Deep Feature Learning to Quantitative Prediction of Software Defects

Defect prediction forecasts defect proneness or the number of defects contained in software systems. It is frequently employed to efficiently prioritize and allocate the limited testing resources to the modules that are more likely to be defective during the process of software development and maintenance. Consequently, a number of defect prediction approaches have been proposed. Most of the existing approaches on defect prediction regard defect prediction as a classification problem in which programs are classified as buggy or non-buggy. However, identifying the defect proneness of a given software module is not sufficient in practical software testing. The research on predicting the number of defects is limited and the performances of these approaches are constantly being optimized and improved.

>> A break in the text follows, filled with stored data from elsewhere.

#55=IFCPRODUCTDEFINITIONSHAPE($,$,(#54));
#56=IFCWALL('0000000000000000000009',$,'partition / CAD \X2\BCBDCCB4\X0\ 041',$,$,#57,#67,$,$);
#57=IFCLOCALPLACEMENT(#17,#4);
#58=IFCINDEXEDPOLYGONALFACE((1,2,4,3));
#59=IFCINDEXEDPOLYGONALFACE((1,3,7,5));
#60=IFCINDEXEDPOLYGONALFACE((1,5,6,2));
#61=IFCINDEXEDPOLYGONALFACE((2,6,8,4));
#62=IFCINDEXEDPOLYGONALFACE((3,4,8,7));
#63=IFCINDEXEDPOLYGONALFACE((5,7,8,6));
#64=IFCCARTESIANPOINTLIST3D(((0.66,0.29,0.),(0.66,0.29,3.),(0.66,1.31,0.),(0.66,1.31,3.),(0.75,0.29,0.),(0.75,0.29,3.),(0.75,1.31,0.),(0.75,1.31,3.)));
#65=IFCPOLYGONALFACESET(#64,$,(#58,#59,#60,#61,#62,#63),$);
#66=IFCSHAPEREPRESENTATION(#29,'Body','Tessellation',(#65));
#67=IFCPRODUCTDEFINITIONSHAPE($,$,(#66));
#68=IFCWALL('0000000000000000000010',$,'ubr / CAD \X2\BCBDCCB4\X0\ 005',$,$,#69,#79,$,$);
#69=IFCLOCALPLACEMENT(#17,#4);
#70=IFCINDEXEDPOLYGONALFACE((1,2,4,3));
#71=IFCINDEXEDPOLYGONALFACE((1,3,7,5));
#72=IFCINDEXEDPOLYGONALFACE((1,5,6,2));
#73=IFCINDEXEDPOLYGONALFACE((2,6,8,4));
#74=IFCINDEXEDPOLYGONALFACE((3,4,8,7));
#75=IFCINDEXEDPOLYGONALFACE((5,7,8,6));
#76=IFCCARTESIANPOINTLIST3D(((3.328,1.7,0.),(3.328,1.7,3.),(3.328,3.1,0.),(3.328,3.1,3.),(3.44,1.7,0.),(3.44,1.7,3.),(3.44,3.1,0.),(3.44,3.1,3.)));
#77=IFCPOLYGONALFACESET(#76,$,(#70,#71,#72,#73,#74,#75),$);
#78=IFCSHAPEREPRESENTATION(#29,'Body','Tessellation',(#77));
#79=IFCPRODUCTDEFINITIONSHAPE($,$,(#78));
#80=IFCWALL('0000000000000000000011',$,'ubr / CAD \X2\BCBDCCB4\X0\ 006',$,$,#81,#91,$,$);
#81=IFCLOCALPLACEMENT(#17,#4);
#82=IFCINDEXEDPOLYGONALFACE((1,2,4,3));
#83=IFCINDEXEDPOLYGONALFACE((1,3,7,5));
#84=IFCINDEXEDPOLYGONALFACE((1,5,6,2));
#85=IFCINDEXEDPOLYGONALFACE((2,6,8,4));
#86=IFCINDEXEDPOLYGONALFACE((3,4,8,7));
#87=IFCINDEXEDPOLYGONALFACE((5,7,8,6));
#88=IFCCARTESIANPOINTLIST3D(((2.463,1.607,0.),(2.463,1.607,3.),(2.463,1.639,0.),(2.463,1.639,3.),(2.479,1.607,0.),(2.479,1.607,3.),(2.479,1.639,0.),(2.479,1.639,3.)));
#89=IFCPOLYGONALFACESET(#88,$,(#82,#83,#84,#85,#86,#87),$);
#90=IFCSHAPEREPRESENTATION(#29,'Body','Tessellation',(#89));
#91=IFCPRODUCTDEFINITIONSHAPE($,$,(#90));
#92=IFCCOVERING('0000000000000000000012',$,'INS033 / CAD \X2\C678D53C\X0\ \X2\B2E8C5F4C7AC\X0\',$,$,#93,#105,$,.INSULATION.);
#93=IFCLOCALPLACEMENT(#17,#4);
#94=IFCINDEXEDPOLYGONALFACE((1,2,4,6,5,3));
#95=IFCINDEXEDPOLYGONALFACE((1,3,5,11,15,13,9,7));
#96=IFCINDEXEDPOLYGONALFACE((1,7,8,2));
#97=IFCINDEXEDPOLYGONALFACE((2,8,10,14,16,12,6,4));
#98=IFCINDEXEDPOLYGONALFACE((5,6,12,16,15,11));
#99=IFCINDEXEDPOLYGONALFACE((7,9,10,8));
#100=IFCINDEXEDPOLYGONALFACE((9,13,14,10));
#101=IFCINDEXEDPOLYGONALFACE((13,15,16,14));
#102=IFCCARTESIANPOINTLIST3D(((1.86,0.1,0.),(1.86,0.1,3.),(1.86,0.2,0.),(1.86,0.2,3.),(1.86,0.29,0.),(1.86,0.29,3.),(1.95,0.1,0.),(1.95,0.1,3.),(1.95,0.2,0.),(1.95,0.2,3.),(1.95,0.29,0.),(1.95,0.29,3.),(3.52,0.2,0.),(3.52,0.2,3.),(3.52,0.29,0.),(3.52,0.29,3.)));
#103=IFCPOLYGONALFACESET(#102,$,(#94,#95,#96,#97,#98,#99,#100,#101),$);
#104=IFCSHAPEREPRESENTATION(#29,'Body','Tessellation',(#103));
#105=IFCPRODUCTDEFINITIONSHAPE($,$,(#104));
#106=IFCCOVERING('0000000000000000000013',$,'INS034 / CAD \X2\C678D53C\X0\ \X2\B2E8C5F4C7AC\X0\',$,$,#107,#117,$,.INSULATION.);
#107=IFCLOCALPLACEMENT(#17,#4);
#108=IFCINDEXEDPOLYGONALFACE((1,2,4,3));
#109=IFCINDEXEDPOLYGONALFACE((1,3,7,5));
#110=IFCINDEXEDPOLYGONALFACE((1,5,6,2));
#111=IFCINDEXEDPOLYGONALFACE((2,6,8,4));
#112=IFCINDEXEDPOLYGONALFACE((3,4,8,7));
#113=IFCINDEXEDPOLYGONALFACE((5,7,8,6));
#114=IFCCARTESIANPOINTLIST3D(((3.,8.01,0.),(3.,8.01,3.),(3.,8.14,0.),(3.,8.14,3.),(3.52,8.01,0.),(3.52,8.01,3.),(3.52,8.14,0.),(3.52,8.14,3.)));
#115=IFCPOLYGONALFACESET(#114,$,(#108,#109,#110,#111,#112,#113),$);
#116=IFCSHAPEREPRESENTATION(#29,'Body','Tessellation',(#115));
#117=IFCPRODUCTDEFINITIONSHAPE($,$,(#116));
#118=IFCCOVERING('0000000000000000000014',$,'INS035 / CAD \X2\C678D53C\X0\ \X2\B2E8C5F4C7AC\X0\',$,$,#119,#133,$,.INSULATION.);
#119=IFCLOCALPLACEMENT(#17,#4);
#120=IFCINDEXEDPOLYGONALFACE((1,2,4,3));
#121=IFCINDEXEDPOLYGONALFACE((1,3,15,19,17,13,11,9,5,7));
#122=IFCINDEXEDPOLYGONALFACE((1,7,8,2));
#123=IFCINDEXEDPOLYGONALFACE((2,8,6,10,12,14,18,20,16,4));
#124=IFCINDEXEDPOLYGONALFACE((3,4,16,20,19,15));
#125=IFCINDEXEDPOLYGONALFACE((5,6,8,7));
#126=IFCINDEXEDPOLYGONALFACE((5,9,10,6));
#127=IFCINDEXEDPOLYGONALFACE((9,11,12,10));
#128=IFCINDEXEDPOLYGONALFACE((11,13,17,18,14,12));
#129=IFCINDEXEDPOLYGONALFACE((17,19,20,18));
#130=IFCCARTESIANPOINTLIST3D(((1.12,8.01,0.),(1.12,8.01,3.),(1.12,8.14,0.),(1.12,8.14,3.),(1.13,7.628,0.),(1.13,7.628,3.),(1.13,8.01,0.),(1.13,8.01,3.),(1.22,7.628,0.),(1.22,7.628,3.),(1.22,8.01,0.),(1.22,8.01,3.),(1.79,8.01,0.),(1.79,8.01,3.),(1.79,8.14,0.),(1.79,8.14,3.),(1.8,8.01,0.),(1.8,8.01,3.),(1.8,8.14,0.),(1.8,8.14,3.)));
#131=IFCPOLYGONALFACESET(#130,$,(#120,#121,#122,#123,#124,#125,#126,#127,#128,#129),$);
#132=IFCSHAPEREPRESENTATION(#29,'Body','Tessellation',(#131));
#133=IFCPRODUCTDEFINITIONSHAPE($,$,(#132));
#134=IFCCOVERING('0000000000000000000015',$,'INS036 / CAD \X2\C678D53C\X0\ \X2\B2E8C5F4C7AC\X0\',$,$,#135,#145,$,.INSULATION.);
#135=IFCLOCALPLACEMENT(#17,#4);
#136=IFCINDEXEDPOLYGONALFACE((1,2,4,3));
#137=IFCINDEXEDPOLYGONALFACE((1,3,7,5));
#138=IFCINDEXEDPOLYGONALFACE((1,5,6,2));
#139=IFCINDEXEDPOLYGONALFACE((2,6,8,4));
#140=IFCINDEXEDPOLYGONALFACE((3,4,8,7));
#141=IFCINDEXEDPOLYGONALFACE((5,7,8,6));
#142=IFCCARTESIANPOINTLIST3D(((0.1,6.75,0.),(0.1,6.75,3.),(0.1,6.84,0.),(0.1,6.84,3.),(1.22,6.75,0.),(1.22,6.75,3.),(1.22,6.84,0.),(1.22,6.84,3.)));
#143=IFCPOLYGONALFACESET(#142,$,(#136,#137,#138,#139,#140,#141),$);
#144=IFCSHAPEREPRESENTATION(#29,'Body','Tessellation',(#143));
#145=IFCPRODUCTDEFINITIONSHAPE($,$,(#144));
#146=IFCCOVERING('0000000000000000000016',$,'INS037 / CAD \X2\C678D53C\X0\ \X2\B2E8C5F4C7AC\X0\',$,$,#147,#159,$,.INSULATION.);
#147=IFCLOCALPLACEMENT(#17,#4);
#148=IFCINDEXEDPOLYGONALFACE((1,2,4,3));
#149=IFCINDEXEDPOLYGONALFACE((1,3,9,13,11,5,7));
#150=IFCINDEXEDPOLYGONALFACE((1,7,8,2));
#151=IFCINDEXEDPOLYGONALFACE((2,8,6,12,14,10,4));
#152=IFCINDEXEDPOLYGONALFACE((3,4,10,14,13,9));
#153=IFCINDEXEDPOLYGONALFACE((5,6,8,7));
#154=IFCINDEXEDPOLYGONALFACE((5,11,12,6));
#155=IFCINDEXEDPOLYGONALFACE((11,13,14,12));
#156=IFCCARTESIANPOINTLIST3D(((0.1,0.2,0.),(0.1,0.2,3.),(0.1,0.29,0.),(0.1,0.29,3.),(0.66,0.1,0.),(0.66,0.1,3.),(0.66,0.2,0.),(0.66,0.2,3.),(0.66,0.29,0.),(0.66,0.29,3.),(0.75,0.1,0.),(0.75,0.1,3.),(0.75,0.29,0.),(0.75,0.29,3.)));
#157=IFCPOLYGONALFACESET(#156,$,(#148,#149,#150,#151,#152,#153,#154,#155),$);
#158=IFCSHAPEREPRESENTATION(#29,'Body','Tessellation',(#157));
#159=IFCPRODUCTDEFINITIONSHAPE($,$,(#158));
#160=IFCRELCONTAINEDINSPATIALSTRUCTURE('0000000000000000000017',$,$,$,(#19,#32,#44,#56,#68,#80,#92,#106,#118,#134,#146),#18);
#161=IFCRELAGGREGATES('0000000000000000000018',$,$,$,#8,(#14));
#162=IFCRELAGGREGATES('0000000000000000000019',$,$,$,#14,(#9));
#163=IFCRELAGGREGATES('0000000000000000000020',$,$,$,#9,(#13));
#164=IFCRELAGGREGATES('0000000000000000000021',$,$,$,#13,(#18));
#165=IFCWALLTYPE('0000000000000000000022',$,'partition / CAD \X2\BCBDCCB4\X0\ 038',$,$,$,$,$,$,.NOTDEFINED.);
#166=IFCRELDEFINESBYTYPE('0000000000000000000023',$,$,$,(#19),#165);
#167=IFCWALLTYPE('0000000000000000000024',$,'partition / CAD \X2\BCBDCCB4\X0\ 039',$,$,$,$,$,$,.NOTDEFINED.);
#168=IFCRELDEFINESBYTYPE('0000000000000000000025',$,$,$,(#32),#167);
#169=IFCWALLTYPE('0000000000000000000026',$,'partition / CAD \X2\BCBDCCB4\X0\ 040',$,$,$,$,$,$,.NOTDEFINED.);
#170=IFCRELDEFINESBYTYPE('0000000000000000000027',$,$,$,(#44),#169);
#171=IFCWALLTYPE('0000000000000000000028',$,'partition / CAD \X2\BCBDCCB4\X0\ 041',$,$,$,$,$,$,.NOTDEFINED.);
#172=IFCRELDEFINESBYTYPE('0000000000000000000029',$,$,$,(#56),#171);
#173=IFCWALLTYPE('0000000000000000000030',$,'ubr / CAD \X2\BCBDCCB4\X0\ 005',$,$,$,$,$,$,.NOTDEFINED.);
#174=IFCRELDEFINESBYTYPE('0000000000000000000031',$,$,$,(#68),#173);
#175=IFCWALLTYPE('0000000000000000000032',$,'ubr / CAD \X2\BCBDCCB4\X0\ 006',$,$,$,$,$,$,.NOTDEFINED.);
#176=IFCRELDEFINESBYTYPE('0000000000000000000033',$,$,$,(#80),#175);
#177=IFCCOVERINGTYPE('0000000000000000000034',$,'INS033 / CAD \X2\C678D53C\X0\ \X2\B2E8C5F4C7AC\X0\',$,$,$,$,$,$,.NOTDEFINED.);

Therefore, in this paper, we propose a novel approach that leverages a convolutional neural network to predict the number of defects in software systems automatically. First, we preprocess the PROMISE dataset, which involves performing natural logarithm transformation and data normalization. Second, we feed the preprocessed dataset to a specially designed convolutional neural network-based model to predict the number of defects. Third, we rank the software modules according to the corresponding predicted number of defects in descending order. We also evaluate the proposed approach on a well-known dataset by cross-validation. The evaluation results suggest that the proposed approach is both accurate and robust, and it improves the state of the art. On average, it significantly improves the Kendall correlation coefficient by 16% and the fault-percentile-average by 4%.